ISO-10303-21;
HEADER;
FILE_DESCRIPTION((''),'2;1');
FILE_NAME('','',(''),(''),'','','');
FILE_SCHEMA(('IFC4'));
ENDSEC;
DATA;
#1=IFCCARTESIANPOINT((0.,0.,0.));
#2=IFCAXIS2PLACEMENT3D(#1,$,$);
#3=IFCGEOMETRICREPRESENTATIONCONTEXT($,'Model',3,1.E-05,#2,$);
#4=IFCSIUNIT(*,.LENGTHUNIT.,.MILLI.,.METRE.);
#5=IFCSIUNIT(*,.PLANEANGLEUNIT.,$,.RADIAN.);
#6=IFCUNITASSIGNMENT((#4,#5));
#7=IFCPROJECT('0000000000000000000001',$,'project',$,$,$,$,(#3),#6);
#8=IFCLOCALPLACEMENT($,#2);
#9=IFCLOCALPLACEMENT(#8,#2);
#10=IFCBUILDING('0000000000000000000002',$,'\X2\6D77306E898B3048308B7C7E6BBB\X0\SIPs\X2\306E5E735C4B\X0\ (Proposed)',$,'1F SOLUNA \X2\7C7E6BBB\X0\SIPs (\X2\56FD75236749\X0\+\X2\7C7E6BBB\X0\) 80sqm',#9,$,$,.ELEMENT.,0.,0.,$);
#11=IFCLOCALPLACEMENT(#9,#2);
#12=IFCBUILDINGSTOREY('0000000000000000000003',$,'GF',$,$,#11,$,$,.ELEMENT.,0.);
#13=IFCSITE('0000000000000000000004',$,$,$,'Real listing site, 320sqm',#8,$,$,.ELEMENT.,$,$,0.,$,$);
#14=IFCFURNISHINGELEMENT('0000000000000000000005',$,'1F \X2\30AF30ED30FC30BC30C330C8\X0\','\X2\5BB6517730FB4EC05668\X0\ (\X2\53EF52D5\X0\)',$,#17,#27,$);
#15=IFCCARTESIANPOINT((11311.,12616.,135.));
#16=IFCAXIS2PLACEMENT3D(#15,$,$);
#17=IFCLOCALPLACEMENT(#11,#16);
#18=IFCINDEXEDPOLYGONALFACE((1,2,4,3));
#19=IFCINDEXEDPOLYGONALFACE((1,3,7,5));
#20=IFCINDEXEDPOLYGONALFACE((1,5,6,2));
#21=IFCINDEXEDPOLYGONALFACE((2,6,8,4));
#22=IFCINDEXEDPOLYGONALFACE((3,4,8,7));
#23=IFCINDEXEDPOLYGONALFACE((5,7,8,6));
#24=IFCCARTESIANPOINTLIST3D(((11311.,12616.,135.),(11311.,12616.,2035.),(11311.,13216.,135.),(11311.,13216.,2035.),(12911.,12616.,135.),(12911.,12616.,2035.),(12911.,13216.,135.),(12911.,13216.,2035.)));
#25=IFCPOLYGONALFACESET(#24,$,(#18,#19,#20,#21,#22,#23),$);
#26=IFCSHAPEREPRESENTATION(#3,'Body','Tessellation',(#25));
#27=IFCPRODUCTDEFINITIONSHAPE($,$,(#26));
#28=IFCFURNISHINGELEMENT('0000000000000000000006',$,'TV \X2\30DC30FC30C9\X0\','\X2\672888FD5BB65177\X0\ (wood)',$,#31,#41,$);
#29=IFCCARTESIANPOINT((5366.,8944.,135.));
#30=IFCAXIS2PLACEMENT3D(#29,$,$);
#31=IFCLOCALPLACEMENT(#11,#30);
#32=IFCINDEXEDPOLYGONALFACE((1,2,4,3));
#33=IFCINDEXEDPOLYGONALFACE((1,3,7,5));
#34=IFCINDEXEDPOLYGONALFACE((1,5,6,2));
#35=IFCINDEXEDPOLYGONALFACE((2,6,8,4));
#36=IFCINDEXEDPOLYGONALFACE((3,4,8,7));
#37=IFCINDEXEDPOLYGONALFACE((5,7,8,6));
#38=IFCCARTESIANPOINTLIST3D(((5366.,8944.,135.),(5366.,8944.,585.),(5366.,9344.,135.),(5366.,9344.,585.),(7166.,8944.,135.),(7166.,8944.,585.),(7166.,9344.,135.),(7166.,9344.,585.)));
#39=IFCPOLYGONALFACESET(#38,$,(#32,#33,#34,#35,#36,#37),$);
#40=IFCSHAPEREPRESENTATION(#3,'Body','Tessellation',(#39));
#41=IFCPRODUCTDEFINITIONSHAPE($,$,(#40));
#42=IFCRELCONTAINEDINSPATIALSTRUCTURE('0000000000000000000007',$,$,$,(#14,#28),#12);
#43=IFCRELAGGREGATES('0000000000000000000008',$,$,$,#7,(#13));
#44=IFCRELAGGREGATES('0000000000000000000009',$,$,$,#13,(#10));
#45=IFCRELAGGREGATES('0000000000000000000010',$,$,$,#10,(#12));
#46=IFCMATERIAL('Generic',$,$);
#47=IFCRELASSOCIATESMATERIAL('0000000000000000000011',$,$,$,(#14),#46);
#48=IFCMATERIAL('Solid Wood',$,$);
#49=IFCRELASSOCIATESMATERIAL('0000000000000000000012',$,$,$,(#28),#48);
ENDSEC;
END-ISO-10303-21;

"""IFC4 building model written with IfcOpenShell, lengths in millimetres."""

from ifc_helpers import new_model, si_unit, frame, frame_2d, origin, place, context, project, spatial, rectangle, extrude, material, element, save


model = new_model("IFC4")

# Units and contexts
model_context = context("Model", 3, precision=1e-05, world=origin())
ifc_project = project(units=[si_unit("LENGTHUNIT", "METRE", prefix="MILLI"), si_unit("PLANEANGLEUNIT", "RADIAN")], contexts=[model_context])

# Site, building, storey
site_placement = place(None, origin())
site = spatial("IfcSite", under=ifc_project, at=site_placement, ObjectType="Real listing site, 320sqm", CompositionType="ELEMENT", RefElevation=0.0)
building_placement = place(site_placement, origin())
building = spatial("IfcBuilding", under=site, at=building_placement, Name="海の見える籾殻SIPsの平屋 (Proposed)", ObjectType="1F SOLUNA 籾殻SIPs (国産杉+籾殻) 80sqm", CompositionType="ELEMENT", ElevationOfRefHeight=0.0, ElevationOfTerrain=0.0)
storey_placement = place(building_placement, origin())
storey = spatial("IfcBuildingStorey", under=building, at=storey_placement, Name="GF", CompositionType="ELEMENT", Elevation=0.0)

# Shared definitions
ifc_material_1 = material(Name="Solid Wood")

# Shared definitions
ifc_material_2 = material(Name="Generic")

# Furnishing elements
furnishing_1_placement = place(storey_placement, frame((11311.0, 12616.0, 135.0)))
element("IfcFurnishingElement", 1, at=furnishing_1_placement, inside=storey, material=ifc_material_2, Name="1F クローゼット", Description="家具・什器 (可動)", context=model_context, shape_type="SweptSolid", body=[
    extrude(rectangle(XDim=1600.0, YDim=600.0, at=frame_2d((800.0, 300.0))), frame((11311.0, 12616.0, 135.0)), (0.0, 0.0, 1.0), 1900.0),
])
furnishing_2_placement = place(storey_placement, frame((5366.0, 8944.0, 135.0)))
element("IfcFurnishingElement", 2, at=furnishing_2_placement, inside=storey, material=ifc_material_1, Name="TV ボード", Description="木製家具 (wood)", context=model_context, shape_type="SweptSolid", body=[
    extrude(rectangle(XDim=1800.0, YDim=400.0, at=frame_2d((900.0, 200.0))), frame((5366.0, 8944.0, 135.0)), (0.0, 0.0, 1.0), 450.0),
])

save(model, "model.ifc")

☆ ☆ ☆ ☆ ☆

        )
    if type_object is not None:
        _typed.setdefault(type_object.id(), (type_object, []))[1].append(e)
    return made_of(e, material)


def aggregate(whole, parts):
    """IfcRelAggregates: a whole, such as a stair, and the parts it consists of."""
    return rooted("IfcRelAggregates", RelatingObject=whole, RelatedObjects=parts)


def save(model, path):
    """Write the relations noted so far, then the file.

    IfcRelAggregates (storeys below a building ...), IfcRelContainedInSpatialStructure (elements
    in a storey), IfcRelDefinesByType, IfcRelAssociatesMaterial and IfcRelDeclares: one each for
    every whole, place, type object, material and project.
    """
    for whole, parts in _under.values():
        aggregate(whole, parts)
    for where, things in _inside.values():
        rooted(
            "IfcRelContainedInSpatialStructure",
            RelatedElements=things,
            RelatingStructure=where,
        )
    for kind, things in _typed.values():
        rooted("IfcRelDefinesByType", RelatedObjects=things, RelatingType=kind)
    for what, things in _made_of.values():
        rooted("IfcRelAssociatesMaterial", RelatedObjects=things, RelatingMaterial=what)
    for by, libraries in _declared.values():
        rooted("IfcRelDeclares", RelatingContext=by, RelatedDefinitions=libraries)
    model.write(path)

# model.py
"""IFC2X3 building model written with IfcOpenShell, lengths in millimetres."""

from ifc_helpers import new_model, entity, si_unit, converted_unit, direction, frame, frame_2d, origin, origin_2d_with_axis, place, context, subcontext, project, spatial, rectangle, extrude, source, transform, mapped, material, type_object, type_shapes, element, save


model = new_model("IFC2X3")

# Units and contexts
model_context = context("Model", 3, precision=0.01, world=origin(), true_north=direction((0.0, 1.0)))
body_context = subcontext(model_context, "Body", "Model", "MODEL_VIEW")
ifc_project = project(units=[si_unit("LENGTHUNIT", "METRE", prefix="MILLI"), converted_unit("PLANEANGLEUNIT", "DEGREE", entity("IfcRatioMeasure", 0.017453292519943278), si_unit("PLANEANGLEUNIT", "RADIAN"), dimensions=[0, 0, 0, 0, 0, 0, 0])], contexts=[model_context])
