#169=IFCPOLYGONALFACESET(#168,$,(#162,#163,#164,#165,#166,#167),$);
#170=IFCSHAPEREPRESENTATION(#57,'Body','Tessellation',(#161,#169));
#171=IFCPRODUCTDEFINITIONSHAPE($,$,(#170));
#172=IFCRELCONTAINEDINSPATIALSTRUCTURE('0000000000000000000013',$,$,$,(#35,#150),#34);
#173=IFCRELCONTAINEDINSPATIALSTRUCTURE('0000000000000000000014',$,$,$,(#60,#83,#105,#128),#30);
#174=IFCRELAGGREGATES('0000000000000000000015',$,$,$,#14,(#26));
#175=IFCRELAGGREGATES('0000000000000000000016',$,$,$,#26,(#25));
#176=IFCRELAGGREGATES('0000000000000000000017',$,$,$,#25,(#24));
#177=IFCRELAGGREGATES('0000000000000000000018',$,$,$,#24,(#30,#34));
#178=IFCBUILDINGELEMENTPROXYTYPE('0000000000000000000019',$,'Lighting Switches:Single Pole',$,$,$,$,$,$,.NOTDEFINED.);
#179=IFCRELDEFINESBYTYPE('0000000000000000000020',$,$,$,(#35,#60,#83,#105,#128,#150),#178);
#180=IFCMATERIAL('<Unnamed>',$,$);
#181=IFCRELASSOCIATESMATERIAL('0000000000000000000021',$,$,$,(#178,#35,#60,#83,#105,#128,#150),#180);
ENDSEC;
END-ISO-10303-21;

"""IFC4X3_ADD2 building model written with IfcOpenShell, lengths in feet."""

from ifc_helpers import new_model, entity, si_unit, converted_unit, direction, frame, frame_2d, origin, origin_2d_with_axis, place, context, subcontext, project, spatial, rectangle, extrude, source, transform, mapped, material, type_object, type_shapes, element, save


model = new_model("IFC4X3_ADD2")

☆ ☆ ☆ ☆ ☆

**PROBLEM DESCRIPTION**
Wherever "IFCPOLYGONALFACESET" appears in the listing, report the line it is on.

**RESPONSE**
#25=IFCPOLYGONALFACESET(#24,$,(#18,#19,#20,#21,#22,#23),$);
#39=IFCPOLYGONALFACESET(#38,$,(#32,#33,#34,#35,#36,#37),$);
#169=IFCPOLYGONALFACESET(#168,$,(#162,#163,#164,#165,#166,#167),$);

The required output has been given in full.